В основном из-за этого временного затмения аналитической экономической теории
реальные проблемы, связанные с проектами плановой экономики, на удивление мало
исследовались. Однако это затмение никоим образом не было обусловлено только
врожденной слабостью старой экономической науки и проистекавшей отсюда
потребностью в перестройке общей теории. Оно и не имело бы такого эффекта,
если бы не совпало с подъемом другого движения, определенно враждебного
рациональным методам в экономической науке. Была общая причина, одновременно
подрывавшая позиции экономической теории и усиливавшая рост школы социализма;
она определенно отбивала охоту к любым размышлениям о реальном
функционировании общества будущего. Этой причиной стал подъем так называемой
исторической школы в экономической науке [некоторые моменты, которых я могу
здесь лишь коснуться, я развил более полно в своем обращении УНаправление
развития экономической мыслиы (Economica, May, 1933)], суть ее точки зрения
состояла именно в том, что установить экономические законы можно только путем
применения к историческому материалу методов естественных наук.
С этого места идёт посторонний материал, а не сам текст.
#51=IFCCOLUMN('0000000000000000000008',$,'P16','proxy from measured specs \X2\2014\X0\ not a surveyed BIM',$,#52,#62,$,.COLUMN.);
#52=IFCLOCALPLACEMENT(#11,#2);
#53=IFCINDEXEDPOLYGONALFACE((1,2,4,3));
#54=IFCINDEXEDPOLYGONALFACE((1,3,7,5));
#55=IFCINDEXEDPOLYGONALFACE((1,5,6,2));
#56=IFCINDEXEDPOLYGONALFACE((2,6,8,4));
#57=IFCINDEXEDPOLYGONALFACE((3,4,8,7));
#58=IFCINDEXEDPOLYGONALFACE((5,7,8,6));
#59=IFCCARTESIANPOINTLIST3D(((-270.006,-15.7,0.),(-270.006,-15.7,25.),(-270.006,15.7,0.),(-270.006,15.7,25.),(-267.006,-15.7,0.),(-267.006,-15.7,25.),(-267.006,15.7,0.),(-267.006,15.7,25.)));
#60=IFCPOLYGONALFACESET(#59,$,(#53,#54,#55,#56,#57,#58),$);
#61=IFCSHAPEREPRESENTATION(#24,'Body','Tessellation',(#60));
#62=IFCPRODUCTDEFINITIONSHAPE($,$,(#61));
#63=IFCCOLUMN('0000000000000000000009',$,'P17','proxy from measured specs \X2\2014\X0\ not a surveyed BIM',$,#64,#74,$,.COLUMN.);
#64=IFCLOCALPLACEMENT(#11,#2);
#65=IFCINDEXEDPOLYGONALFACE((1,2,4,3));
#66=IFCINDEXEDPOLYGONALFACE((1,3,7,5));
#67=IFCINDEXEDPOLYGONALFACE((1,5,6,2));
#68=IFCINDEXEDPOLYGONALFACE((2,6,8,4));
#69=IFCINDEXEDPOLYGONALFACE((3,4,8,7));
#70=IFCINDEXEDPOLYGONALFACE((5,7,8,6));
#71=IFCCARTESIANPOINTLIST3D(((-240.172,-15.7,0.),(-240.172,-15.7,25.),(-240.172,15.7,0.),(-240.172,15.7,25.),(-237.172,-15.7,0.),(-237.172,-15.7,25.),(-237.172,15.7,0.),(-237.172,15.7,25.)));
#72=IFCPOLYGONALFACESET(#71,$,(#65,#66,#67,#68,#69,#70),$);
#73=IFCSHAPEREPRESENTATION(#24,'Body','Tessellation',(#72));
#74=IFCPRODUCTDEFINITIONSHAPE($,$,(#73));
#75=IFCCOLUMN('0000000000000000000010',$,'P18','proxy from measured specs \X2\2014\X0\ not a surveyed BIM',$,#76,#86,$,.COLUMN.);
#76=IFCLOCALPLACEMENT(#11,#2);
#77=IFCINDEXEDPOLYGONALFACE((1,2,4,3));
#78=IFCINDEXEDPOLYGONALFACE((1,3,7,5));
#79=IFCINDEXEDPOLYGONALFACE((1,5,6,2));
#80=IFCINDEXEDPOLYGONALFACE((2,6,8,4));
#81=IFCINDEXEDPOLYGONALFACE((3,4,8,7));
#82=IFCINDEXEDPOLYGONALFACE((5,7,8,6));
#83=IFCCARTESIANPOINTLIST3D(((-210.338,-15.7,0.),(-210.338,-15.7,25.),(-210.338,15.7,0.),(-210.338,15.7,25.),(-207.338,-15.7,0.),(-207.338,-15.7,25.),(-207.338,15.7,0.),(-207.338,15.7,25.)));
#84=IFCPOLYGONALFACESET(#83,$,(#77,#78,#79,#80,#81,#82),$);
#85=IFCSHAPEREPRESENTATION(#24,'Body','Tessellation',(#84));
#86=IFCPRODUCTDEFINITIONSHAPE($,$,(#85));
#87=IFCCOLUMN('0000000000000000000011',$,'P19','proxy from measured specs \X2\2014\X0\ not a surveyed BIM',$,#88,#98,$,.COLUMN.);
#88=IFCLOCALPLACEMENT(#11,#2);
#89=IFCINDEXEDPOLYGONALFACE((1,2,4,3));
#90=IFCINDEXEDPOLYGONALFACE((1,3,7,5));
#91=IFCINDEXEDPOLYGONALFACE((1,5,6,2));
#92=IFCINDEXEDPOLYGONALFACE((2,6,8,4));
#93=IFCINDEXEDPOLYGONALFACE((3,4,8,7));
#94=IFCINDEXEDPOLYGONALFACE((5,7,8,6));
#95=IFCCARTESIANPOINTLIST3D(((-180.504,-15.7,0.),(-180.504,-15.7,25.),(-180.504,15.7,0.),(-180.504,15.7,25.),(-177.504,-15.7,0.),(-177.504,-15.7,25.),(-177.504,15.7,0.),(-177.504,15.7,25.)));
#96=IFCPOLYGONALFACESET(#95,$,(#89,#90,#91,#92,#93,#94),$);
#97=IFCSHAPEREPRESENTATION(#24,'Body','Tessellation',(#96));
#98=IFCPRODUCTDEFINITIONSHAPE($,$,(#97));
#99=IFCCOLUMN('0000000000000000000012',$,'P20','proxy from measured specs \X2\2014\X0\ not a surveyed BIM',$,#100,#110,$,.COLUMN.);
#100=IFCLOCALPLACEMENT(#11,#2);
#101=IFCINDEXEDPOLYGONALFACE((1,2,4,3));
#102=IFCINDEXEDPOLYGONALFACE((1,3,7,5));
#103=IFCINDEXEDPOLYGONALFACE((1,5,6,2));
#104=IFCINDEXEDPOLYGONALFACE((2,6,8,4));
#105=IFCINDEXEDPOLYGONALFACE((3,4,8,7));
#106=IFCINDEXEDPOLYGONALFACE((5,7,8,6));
Но природа
этого материала такова, что любая попытка подобного рода обречена вырождаться
в голый протокол, описательство и полный скептицизм относительно существования
каких-либо законов вообще.
Нетрудно понять, почему так должно было случиться. Во всех науках, кроме
имеющих дело с общественными явлениями, опыт показывает нам только результат
процессов, которые мы не можем непосредственно наблюдать и в реконструировании
которых состоит наша задача. Все наши заключения относительно природы этих
процессов по необходимости гипотетичны, и единственная проверка справедливости
таких гипотез сводится к тому, что они оказываются равно применимы к
объяснению других явлений. Что позволяет нам прийти таким индуктивным путем к
формулированию общих законов или гипотез, касающихся причинной
обусловленности, так это то, что возможность экспериментирования, наблюдения
за повторением одних и тех же явлений при идентичных условиях, выявляет
существование определенных регулярностей в отслеживаемых явлениях.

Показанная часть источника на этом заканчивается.